The IT help desk can become the nerve center of an IT department. An effective help desk with a solid incident management platform can give businesses the flexibility, transparency and self-service functionality that businesses need. As a result, the disparity between a quality help desk and a homegrown solution is so great that companies set themselves up for struggles if they do not consider all of their options.

Understanding the problem of homegrown help desks
Many companies start their IT journey with a small technology setup and just a few individuals on the IT team. As a result, they often establish their help desk system as part of an email client. Employees experiencing an incident email the help desk members, they file the email as a ticket of sorts and solve the issue. Some incidents require multiple steps, a change or are a bigger problem. These emails must somehow be stored in such a way to show it as an active ticket and be separated from new incoming incidents.

For a small IT department, this homegrown help desk may initially get the job done. However, all businesses are becoming more dependent on technology and finding they need to collaborate between technology workers, business managers and other company leaders to handle incidents, problems and other help desk-related issues effectively.When hitting this wall, some companies will consider turning to SharePoint or some other corporate collaboration solution to get the job done. While these technologies can enable communication across departmental boundaries and between distinct work teams, they also come with plenty of operational overhead and limitations.
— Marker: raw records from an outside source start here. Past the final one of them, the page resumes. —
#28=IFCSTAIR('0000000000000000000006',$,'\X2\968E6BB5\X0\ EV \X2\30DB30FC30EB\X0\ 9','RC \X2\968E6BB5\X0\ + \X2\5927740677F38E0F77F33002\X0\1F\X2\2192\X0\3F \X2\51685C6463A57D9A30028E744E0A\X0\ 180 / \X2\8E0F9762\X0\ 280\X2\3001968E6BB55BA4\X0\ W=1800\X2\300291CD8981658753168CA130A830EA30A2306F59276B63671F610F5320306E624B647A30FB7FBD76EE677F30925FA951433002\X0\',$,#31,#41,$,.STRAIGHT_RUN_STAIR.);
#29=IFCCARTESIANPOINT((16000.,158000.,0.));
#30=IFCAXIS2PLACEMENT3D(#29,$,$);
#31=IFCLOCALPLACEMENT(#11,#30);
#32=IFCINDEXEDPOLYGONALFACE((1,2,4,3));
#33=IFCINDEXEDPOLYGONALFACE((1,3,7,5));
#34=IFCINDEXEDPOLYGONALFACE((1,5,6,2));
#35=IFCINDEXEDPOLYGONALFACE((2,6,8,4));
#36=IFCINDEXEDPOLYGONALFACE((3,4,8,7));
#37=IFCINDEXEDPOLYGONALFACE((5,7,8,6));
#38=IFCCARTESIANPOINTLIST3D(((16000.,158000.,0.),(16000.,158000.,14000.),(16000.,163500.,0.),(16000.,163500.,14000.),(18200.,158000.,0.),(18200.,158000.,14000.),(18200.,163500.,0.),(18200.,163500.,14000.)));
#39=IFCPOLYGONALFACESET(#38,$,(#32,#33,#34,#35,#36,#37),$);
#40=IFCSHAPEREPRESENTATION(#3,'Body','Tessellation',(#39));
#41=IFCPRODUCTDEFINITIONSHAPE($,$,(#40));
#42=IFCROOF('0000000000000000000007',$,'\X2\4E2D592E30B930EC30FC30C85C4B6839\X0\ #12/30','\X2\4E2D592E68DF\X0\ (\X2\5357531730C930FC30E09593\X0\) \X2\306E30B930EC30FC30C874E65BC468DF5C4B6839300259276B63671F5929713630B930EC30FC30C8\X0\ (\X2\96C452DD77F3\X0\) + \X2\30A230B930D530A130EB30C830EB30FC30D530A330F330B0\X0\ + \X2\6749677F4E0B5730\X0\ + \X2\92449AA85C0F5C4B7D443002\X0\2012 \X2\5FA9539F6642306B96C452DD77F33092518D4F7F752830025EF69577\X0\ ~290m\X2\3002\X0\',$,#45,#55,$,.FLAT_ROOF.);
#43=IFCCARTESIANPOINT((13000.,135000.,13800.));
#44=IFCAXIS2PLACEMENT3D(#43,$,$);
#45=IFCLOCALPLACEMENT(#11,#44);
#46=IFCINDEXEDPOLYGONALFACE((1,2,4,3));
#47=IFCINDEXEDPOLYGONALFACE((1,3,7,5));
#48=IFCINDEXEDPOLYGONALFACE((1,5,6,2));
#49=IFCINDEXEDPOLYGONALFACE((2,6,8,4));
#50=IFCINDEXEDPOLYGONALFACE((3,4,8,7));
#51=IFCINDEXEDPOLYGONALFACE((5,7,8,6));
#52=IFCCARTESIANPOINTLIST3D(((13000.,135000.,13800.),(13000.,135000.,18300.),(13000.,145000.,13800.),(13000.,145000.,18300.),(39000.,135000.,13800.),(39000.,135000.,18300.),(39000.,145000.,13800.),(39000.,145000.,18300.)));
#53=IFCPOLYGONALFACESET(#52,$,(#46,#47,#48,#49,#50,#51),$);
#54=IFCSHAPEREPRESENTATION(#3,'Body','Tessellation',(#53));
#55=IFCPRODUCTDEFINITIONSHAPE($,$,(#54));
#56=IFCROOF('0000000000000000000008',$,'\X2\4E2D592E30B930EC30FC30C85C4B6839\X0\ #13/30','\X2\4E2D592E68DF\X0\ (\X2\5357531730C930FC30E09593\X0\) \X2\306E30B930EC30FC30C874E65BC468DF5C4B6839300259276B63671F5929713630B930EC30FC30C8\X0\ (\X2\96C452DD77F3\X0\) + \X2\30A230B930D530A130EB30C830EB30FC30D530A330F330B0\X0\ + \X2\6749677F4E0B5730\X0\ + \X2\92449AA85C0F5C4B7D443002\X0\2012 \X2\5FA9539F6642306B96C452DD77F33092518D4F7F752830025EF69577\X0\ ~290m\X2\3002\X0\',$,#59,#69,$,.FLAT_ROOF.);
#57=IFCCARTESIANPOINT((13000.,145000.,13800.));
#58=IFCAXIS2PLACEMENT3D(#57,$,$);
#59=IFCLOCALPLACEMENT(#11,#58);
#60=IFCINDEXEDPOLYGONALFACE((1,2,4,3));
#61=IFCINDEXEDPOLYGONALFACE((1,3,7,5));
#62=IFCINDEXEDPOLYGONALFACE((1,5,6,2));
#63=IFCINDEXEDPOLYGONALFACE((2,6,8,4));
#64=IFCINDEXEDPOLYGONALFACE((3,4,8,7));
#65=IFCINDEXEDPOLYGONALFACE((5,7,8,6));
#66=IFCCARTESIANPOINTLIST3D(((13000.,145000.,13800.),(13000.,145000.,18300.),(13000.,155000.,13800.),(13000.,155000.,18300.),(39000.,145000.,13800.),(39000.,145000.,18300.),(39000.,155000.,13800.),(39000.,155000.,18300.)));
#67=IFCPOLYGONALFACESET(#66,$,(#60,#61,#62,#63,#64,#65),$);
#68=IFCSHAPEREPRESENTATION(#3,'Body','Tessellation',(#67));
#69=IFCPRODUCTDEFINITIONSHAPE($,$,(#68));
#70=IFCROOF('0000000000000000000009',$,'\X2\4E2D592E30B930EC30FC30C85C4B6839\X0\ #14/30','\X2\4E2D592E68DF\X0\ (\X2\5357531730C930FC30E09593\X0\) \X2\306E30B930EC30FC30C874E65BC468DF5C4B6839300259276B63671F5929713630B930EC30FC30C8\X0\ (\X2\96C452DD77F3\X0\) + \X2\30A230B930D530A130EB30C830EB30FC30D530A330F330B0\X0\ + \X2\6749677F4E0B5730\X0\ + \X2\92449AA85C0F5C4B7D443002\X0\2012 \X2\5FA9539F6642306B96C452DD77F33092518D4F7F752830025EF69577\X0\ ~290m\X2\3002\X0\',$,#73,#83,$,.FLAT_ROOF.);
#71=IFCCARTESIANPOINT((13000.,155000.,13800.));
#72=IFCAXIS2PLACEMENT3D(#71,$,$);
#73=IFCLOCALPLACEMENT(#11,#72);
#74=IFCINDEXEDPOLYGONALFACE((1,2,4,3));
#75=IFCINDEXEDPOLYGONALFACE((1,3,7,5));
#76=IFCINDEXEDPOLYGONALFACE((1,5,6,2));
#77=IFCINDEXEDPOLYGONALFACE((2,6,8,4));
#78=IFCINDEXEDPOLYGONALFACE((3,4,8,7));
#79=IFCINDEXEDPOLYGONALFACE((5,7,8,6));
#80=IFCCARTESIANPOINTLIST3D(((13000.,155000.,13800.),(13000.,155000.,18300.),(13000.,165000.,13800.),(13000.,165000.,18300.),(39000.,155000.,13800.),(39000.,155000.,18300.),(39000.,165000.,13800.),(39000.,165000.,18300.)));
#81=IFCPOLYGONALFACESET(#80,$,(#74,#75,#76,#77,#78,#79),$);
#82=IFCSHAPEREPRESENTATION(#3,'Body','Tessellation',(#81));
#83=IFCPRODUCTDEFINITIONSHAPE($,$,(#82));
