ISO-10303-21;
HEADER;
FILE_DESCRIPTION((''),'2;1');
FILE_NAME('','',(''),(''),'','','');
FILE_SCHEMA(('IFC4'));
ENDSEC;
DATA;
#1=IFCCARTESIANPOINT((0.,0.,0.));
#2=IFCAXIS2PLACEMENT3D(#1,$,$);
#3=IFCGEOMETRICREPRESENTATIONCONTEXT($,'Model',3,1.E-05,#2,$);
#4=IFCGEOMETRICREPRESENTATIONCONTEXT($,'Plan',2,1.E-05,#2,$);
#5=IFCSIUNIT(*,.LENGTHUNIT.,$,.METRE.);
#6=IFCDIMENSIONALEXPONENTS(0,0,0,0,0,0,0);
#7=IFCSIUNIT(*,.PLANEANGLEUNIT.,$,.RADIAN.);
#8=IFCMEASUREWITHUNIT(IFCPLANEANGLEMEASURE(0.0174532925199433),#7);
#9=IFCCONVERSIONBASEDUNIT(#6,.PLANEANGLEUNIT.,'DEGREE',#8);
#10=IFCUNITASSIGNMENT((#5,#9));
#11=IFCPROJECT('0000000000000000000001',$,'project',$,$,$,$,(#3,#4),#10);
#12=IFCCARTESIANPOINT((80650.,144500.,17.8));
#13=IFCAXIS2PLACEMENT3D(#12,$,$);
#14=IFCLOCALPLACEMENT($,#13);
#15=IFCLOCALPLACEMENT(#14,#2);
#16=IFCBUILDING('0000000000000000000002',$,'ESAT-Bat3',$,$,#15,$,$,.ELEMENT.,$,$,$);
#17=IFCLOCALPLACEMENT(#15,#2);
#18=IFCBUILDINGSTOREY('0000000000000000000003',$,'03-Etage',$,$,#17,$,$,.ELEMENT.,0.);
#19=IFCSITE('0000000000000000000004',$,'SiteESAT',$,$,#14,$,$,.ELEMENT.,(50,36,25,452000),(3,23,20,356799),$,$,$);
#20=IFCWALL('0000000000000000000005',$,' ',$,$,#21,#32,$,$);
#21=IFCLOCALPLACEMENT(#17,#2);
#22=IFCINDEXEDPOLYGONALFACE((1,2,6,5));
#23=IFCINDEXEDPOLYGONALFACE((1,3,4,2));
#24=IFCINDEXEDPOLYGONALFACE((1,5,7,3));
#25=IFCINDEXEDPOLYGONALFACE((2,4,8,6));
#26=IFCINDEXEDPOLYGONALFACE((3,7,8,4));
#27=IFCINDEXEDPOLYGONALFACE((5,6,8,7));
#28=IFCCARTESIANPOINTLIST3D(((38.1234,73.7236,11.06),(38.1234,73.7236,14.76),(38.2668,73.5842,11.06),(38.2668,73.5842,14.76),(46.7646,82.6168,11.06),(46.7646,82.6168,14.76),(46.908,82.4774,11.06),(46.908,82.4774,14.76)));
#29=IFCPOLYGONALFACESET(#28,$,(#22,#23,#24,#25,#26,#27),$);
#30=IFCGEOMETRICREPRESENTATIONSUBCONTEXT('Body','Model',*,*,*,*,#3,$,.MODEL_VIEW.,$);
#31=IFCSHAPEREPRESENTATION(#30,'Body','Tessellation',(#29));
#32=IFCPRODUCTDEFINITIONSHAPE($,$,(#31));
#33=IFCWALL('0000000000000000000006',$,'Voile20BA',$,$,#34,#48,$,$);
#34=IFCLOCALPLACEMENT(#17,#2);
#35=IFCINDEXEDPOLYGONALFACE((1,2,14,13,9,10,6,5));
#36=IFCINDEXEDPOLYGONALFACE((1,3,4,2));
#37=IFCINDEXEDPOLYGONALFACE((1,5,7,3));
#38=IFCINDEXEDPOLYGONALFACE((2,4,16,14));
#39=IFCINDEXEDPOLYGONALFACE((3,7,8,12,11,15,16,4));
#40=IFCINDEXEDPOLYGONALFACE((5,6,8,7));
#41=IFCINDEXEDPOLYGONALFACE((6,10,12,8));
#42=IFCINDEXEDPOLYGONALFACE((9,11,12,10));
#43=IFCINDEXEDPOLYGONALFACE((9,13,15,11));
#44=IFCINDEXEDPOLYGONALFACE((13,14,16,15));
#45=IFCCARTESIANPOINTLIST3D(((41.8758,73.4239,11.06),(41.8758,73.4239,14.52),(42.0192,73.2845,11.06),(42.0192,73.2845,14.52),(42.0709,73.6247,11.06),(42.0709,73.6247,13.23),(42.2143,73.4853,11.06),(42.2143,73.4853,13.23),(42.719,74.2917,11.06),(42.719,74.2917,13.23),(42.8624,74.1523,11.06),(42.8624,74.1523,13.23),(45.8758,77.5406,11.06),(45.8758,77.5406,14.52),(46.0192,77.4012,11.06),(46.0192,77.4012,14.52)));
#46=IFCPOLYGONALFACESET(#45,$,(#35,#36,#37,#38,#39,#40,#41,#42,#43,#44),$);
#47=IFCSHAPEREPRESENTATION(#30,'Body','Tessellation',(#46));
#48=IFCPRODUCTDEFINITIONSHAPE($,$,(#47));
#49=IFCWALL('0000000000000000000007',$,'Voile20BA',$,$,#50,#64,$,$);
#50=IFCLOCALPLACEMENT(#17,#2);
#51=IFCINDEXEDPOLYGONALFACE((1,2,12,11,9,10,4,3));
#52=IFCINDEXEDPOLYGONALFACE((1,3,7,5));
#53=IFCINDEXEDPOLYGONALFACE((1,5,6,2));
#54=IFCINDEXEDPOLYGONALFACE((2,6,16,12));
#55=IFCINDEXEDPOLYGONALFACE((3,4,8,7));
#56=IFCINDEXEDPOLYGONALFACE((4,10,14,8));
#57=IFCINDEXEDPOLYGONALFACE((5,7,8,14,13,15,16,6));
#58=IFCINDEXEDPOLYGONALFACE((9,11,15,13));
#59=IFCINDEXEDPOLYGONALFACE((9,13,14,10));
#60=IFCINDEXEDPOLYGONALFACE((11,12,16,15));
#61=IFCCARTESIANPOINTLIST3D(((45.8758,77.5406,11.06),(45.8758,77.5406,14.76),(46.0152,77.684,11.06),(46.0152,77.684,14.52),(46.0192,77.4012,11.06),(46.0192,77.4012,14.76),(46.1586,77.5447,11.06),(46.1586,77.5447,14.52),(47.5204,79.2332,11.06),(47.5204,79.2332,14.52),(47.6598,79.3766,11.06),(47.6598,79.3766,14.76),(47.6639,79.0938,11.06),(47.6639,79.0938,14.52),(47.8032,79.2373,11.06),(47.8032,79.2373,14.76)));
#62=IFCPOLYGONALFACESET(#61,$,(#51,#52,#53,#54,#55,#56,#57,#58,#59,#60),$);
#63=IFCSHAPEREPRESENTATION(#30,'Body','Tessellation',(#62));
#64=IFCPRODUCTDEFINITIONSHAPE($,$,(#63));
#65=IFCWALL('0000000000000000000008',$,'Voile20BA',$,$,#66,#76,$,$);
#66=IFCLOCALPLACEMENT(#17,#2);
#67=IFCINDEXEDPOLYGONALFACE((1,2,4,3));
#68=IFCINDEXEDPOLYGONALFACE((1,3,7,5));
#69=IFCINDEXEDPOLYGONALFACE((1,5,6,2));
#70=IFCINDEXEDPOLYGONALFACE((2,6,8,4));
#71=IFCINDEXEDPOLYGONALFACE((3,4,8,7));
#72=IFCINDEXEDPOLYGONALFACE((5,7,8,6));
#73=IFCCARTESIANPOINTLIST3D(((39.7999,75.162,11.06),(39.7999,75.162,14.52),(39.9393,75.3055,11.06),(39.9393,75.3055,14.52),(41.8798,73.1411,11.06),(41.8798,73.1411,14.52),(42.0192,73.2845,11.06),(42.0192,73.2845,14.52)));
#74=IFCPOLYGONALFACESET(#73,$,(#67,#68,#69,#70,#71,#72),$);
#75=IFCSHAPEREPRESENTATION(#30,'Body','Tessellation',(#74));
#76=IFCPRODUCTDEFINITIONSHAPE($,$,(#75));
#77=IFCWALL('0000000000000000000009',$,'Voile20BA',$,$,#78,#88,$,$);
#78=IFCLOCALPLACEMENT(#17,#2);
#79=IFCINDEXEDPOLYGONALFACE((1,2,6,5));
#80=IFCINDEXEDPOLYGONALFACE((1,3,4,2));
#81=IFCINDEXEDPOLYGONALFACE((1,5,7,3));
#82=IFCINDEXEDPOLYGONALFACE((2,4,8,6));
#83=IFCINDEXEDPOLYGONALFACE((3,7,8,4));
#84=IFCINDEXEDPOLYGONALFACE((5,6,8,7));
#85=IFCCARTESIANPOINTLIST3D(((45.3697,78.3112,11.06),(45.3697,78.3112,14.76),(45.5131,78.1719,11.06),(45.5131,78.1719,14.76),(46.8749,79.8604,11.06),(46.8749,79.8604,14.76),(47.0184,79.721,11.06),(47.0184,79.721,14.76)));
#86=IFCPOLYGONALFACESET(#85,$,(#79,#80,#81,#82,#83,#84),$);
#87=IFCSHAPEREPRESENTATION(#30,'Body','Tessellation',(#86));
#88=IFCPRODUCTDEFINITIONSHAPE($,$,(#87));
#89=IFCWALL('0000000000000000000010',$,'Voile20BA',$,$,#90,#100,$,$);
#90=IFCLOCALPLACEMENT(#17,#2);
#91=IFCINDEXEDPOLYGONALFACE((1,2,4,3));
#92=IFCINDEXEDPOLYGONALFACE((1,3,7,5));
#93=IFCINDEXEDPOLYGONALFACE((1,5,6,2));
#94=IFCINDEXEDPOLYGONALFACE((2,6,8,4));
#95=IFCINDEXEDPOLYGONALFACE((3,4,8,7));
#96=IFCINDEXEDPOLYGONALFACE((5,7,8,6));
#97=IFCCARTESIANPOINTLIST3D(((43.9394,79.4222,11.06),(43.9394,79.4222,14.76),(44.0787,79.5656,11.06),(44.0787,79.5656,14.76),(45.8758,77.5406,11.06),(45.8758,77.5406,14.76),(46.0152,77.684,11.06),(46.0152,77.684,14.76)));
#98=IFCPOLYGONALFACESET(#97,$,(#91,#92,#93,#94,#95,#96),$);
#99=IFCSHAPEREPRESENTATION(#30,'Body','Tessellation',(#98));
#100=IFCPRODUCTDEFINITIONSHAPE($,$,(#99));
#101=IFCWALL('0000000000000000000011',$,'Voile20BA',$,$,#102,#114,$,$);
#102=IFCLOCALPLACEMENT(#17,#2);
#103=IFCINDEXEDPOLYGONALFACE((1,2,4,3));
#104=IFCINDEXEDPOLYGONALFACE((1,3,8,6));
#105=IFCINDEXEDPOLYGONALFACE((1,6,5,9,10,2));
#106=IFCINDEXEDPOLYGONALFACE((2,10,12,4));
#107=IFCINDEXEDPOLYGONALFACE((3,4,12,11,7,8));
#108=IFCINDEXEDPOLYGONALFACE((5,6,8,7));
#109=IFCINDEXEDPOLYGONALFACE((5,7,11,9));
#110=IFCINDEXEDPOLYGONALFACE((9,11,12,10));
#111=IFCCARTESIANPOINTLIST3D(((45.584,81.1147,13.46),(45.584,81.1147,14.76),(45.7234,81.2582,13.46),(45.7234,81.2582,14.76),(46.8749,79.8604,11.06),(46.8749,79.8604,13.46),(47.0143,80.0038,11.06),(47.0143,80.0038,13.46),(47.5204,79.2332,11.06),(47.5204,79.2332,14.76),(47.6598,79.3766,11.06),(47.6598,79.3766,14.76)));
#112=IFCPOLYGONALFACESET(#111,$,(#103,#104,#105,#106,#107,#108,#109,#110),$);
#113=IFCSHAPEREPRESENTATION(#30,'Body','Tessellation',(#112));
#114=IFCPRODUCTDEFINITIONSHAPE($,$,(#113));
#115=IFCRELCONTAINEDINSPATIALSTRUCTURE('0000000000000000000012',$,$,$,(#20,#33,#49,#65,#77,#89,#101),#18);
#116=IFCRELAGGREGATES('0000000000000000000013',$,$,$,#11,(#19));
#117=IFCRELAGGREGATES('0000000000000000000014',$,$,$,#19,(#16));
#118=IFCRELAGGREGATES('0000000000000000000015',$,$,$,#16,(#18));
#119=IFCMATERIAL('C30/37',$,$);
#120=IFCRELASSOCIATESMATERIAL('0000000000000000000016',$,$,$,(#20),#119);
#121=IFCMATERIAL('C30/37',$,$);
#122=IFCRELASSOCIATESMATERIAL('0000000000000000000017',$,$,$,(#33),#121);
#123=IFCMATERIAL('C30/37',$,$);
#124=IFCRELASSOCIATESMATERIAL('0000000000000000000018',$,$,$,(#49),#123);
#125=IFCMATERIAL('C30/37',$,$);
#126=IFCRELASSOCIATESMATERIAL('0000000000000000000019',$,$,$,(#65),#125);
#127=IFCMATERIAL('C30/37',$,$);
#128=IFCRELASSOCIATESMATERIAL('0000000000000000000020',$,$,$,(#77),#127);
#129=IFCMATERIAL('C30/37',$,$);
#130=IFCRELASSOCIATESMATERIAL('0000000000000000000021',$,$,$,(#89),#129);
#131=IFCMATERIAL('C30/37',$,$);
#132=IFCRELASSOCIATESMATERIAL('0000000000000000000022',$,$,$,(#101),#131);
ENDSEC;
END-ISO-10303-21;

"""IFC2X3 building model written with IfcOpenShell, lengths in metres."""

from ifc_helpers import new_model, entity, si_unit, converted_unit, frame, frame_2d, origin, origin_with_axes, place, context, subcontext, project, spatial, polyline, rectangle, outline, extrude, material, element, save


model = new_model("IFC2X3")

# Units and contexts
model_context = context("Model", 3, precision=1e-05, world=origin())
plan_context = context("Plan", 2, precision=1e-05, world=origin())
body_context = subcontext(model_context, "Body", "Model", "MODEL_VIEW")
ifc_project = project(units=[si_unit("LENGTHUNIT", "METRE"), converted_unit("PLANEANGLEUNIT", "DEGREE", entity("IfcPlaneAngleMeasure", 0.0174532925199433), si_unit("PLANEANGLEUNIT", "RADIAN"), dimensions=[0, 0, 0, 0, 0, 0, 0])], contexts=[model_context, plan_context])

# Site, building, storey
site_placement = place(None, frame((80650.0, 144500.0, 17.8)))
site = spatial("IfcSite", under=ifc_project, at=site_placement, Name="SiteESAT", CompositionType="ELEMENT", RefLatitude=(50, 36, 25, 452000), RefLongitude=(3, 23, 20, 356799))
building_placement = place(site_placement, origin())
building = spatial("IfcBuilding", under=site, at=building_placement, Name="ESAT-Bat3", CompositionType="ELEMENT")
storey_placement = place(building_placement, origin())
storey = spatial("IfcBuildingStorey", under=building, at=storey_placement, Name="03-Etage", CompositionType="ELEMENT", Elevation=0.0)

# Wall
ifc_material_1 = material(Name="C30/37")
wall_1_placement = place(storey_placement, frame((46.7646, 82.6168, 11.06), z_axis=(0.0, 0.0, 1.0), x_axis=(-0.696872, -0.717196, 0.0)))
element("IfcWall", 1, at=wall_1_placement, inside=storey, material=ifc_material_1, Name=" ", context=body_context, shape_type="SweptSolid", body=[
    extrude(rectangle(XDim=12.4, YDim=0.2, at=frame_2d((6.2, 0.1), x_axis=(1.0, 0.0))), origin_with_axes(), (0.0, 0.0, 1.0), 3.7),
])

# Walls, openings
ifc_material_2 = material(Name="C30/37")
wall_2_placement = place(storey_placement, frame((45.8758, 77.5406, 11.06), z_axis=(0.0, 0.0, 1.0), x_axis=(-0.696872, -0.717196, 0.0)))
wall_2 = element("IfcWall", 2, at=wall_2_placement, inside=storey, material=ifc_material_2, Name="Voile20BA", context=body_context, shape_type="SweptSolid", body=[
    extrude(rectangle(XDim=5.74, YDim=0.2, at=frame_2d((2.87, 0.1), x_axis=(1.0, 0.0))), origin_with_axes(), (0.0, 0.0, 1.0), 3.46),
])
opening_1_placement = place(wall_2_placement, frame((5.46, 0.2, 0.0), z_axis=(0.0, -1.0, 0.0), x_axis=(0.0, 0.0, 1.0)))
element("IfcOpeningElement", 3, at=opening_1_placement, cuts=wall_2, ObjectType="Opening", context=body_context, shape_type="SweptSolid", body=[
    extrude(outline(polyline([(0.0, 0.93), (2.17, 0.93), (2.17, 0.0), (0.0, 0.0), (0.0, 0.93)])), origin_with_axes(), (0.0, 0.0, 1.0), 0.2),
])
ifc_material_3 = material(Name="C30/37")
wall_3_placement = place(storey_placement, frame((47.6598, 79.3766, 11.06), z_axis=(0.0, 0.0, 1.0), x_axis=(-0.696872, -0.717196, 0.0)))
wall_3 = element("IfcWall", 4, at=wall_3_placement, inside=storey, material=ifc_material_3, Name="Voile20BA", context=body_context, shape_type="SweptSolid", body=[
    extrude(rectangle(XDim=2.56, YDim=0.2, at=frame_2d((1.28, 0.1), x_axis=(1.0, 0.0))), origin_with_axes(), (0.0, 0.0, 1.0), 3.7),
])
opening_2_placement = place(wall_3_placement, frame((2.36, 0.2, 0.0), z_axis=(0.0, -1.0, 0.0), x_axis=(0.0, 0.0, 1.0)))
element("IfcOpeningElement", 5, at=opening_2_placement, cuts=wall_3, ObjectType="Opening", context=body_context, shape_type="SweptSolid", body=[
    extrude(outline(polyline([(0.0, 2.16), (3.46, 2.16), (3.46, 0.0), (0.0, 0.0), (0.0, 2.16)])), origin_with_axes(), (0.0, 0.0, 1.0), 0.2),
])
SharePoint and similar technological tools are designed to move projects between users and enable workflows to flow smoothly in situations where tangible progress is common. In the IT department, many of the tasks that must be completed require much more oversight than is provided by such a model. The issue here is not flaws in SharePoint or other collaboration technologies - they do what they are designed to accomplish - the problem is that these solutions are not built to provide the kind of functionality that a maturing help desk really needs to get the job done.

This is where moving beyond a homegrown solution to a more advanced help desk can really pay dividends. There are three key benefits that are unlocked by a robust help desk:

1. Visibility
A homegrown help desk can make it extremely difficult to track progress on tickets, see which steps of a change have been completed, identify whether incidents have been handled and monitor processes in the help desk. A formal, sophisticated help desk solution offers the visibility into day-to-day operations to measure and record these data points, allowing an organization to improve efficiency by understanding what is working well and what needs to be improved.

2. Automation
Many incidents, like a password reset problem, can be resolved automatically without taking time away from help desk workers. At the same time, an automation platform can also be used to prioritize tickets, saving workers from opening every ticket that comes across the desk, attaching a priority to it and moving on to solve the most important issues. These functions help unlock business value in a variety of ways, creating a considerable return on investment from the help desk.

3. Self service
Many basic technology problems can be resolved by users. This is especially true as more people are becoming confident in using more technology in their personal lives. Help desks that can create self-service portals reduce the workload facing IT workers by enabling employees to resolve their own issues quickly or get the information they need to submit a more precise ticket.

While homegrown help desks may make sense on a conceptual level, the operational results of such a solution are usually such that a formalized help desk, or IT service desk, is a much better option.